The limit for every customer is personalised to account for the risk, ability to pay, and their expected usage amount which is based on the transaction data, mobile data etc. Nitya explains: “We look at thousands of structured and unstructured data points and have developed proprietary machine learning models to arrive at the limit. Once the initial limit is set up, it is updated in real time based on the timely repayments, formation of trust networks, etc.”
If a user is not utilising the full limit or transacting with merchants that require higher limits, his/her spending limit will be accordingly lower. It is also determined by how a customer enters the system, which is where the trust network plays a part. Typically, the spending limit ranges from Rs 750 to Rs 5,000. Nitya says that the limits will be made higher than Rs 5,000 soon as they are including larger merchants.
Former Visa CEO Joseph W Sauders' fund Green Visor Fintech Venture Capital has invested an undisclosed amount in seed funding in Simpl, along with New York-based IA Ventures.
According to Nitya, UX/ &UI is the starting point for everything Simpl does. He says: “We always ask, ‘Can someone pay using Simpl in two seconds with just one finger?’ or ‘Can someone chat with a bot and pay with Simpl securely?’”
Simpl grows on technology, data, credit risk management, and lots of courage. Their technology provides easy UI/UX on interface on chat, mobile, voice, or web. In the team of 24 which works out of Mumbai and Bengaluru, about 20 are in technology and data science.
Offering credit for no collateral comes with great risk. But Nitya reiterates that Simpl is a trust network. “We use data, design, communication, and network for timely payments. We have created a fully automated collection system that uses data and machine learning algorithms to optimise the collection process in a highly personalised manner,” he adds.
Simpl’s data collection engine assembles structured and unstructured big data and predicts customer behaviour. Chaitra says, “We use social engineering and behavioural economics to find out how financially responsible they are.
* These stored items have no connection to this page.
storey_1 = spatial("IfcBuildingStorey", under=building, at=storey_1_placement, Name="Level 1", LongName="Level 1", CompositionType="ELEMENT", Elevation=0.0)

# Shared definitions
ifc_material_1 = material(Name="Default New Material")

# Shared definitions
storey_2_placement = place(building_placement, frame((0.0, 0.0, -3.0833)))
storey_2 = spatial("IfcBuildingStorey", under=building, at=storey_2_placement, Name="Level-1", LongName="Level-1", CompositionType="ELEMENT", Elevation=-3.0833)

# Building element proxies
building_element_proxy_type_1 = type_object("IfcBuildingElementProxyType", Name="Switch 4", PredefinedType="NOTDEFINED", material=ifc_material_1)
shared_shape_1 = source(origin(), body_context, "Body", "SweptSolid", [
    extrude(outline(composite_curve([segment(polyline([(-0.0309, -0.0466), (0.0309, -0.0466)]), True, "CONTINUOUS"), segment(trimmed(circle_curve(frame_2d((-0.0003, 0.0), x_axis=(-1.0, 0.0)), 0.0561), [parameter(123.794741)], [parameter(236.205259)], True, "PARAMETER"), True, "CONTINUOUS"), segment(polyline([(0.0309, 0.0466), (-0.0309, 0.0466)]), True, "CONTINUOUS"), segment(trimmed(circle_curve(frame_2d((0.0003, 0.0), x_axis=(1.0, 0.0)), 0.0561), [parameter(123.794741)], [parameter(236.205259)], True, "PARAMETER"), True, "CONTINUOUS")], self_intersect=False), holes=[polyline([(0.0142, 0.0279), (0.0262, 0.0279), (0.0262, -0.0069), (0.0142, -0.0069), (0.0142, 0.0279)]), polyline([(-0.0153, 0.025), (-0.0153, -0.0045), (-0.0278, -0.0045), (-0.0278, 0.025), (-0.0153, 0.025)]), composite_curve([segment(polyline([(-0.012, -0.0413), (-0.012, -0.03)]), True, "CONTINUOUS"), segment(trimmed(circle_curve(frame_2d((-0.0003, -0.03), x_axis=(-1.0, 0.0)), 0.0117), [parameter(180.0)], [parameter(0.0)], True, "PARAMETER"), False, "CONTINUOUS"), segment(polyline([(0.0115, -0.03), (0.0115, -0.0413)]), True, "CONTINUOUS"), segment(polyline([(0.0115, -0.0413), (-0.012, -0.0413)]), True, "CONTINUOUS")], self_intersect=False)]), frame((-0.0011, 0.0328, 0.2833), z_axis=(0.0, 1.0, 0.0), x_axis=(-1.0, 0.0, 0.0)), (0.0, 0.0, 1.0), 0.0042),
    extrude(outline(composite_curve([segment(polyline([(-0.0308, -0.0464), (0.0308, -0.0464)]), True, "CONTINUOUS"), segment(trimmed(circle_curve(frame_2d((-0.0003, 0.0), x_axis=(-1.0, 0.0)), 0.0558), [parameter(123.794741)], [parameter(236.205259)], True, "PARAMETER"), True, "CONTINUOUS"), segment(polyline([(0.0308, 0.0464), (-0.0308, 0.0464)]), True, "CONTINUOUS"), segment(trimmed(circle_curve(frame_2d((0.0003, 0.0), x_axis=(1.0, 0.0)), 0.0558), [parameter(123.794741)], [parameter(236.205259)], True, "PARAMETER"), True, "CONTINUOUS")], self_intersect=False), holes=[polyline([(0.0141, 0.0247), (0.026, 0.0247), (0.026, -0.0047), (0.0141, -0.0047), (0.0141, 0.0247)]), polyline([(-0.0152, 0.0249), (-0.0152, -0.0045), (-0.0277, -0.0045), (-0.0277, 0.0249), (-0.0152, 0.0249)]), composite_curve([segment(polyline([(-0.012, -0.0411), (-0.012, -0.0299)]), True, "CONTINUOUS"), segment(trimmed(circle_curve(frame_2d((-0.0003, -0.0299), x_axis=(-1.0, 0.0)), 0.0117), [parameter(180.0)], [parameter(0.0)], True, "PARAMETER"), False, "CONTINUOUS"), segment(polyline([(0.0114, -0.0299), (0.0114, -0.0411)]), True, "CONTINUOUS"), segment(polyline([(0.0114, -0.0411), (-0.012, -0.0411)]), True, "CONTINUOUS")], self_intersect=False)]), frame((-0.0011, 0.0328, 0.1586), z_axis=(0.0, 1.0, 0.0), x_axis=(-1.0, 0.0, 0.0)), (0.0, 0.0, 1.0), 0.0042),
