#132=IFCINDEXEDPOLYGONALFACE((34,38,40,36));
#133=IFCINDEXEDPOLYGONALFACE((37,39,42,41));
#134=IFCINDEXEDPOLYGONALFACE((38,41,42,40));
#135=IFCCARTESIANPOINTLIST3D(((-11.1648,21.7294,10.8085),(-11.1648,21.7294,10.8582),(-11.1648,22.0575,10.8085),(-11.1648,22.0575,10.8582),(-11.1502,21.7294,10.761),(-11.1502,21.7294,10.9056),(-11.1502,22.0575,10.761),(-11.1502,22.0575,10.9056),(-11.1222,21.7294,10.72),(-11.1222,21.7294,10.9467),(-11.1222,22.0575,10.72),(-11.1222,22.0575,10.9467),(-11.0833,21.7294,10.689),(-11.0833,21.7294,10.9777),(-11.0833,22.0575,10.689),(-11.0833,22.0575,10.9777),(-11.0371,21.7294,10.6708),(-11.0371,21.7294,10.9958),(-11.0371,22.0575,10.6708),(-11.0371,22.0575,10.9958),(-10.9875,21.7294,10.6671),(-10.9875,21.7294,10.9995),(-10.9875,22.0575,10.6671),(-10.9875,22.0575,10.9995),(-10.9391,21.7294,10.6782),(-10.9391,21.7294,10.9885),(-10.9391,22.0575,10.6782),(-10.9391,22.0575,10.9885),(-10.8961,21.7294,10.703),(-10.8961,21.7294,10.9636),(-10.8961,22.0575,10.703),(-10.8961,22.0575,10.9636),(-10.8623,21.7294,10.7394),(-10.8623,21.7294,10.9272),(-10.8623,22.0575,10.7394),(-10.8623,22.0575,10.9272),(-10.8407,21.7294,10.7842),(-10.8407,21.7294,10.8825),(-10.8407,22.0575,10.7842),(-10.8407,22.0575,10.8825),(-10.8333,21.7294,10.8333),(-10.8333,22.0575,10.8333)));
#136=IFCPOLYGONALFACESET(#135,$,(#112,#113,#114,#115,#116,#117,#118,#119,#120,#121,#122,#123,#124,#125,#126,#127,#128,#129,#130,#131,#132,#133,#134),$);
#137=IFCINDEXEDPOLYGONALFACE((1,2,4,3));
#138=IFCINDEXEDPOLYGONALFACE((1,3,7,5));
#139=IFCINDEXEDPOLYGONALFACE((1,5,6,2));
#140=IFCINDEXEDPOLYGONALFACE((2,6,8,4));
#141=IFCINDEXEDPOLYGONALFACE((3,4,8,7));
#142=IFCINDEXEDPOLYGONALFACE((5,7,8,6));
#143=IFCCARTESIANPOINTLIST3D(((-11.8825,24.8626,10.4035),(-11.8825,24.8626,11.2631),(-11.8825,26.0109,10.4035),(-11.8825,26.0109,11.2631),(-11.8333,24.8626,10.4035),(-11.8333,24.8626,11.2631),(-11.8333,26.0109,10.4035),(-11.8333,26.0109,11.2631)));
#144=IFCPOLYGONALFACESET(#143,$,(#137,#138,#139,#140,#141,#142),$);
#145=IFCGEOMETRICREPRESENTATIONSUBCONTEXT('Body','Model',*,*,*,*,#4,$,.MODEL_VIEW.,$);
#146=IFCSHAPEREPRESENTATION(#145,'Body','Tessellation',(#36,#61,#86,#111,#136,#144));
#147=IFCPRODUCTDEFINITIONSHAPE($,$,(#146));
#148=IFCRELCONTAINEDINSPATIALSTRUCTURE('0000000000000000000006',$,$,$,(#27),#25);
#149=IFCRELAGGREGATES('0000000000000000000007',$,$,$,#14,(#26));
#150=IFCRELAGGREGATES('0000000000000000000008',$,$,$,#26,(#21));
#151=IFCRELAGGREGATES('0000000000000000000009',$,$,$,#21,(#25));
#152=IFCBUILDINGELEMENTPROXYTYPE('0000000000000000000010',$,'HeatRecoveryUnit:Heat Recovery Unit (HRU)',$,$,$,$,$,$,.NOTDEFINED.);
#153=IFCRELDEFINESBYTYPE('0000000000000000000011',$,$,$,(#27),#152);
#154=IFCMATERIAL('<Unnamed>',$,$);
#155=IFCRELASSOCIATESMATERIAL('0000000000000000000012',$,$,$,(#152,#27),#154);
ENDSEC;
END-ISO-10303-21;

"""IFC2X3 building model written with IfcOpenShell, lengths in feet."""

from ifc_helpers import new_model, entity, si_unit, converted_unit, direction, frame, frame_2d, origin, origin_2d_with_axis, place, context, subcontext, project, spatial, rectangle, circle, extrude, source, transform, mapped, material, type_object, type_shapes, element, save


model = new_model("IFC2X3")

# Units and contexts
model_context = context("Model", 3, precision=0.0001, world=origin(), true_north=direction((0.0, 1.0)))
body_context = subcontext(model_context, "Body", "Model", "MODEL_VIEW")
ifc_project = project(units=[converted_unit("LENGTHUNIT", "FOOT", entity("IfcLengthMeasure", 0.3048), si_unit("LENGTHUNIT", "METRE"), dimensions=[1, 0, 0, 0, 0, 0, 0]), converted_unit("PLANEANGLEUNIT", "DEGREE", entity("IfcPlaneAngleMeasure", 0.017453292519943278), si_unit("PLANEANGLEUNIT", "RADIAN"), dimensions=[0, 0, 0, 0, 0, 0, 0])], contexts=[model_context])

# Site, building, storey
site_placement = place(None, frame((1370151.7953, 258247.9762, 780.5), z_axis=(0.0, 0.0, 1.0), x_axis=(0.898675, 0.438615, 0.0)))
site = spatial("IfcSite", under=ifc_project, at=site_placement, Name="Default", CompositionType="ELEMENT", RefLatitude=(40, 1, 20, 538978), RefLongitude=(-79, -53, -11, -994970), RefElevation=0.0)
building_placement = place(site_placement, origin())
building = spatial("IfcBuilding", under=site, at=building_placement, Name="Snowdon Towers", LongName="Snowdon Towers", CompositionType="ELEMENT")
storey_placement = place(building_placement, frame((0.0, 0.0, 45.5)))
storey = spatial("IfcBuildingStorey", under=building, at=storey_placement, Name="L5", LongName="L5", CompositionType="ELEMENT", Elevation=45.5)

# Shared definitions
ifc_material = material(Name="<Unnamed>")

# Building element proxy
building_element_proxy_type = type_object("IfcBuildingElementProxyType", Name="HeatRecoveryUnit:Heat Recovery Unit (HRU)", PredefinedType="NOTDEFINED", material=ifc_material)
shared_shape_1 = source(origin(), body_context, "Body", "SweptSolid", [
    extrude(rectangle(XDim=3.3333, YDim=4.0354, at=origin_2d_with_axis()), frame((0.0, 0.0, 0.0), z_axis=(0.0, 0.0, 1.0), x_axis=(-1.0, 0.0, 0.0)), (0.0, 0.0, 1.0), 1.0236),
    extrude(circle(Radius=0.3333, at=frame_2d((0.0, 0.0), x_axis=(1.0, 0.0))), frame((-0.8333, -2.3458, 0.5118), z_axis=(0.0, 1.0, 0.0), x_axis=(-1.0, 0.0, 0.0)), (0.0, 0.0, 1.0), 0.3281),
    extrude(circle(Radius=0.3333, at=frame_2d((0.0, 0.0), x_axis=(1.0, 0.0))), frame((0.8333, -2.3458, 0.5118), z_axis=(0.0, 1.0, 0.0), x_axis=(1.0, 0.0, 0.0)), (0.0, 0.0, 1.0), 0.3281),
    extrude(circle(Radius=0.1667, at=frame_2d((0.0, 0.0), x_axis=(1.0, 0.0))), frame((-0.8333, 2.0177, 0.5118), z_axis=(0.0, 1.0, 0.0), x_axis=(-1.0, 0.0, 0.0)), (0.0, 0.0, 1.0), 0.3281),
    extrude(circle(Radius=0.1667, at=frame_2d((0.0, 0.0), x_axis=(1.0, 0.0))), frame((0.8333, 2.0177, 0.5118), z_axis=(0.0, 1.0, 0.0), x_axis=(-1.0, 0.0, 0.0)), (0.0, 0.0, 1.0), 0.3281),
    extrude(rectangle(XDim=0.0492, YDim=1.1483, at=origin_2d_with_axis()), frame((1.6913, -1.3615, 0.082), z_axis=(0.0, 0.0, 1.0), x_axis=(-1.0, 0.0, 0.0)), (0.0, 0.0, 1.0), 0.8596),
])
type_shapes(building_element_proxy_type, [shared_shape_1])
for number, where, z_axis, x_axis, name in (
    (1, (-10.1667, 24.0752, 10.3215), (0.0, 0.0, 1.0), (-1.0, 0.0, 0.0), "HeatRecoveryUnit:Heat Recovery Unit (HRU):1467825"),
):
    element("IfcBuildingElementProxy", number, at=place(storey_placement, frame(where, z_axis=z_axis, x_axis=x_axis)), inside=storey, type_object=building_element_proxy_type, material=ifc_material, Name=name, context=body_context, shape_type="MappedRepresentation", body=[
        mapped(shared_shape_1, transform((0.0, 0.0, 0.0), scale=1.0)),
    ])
We conduct a deep analysis of transaction history with the merchant and use publicly available information.”
Simpl claims to have 85 percent customer retention, growing 50 percent monthly. Nitya adds that they have positive unit economics on every transaction. Simpl has had 1.5 million approved accounts in the six months since launch. Their target is 100 million users in the next few years.
Nitya is confident — his biggest surprise was how much consumers are “loving” the product. There are more avenues yet to open up though. On how the government can back fintech startups, he says: “Large financial services institutes are not meant to be technology firms, but they should aim to partner with the best technologies. Differentiated products can transform how you service your customers.” Simpl has virtually no competition although startups like ZestMoney, which provide instant loans without credit history, are also disrupting the fintech space.
Simpl aims to get 20 partners on board this fiscal year, although they are not keen on offline players yet. With the recent government ban on Rs 500 currency notes aimed at curbing the black money menace, digital payments is gaining prominence more than ever before. The government should look to startups and technology for improving financial services and creating the mechanisms that will drive financial inclusion — whether to the young professional or the last mile.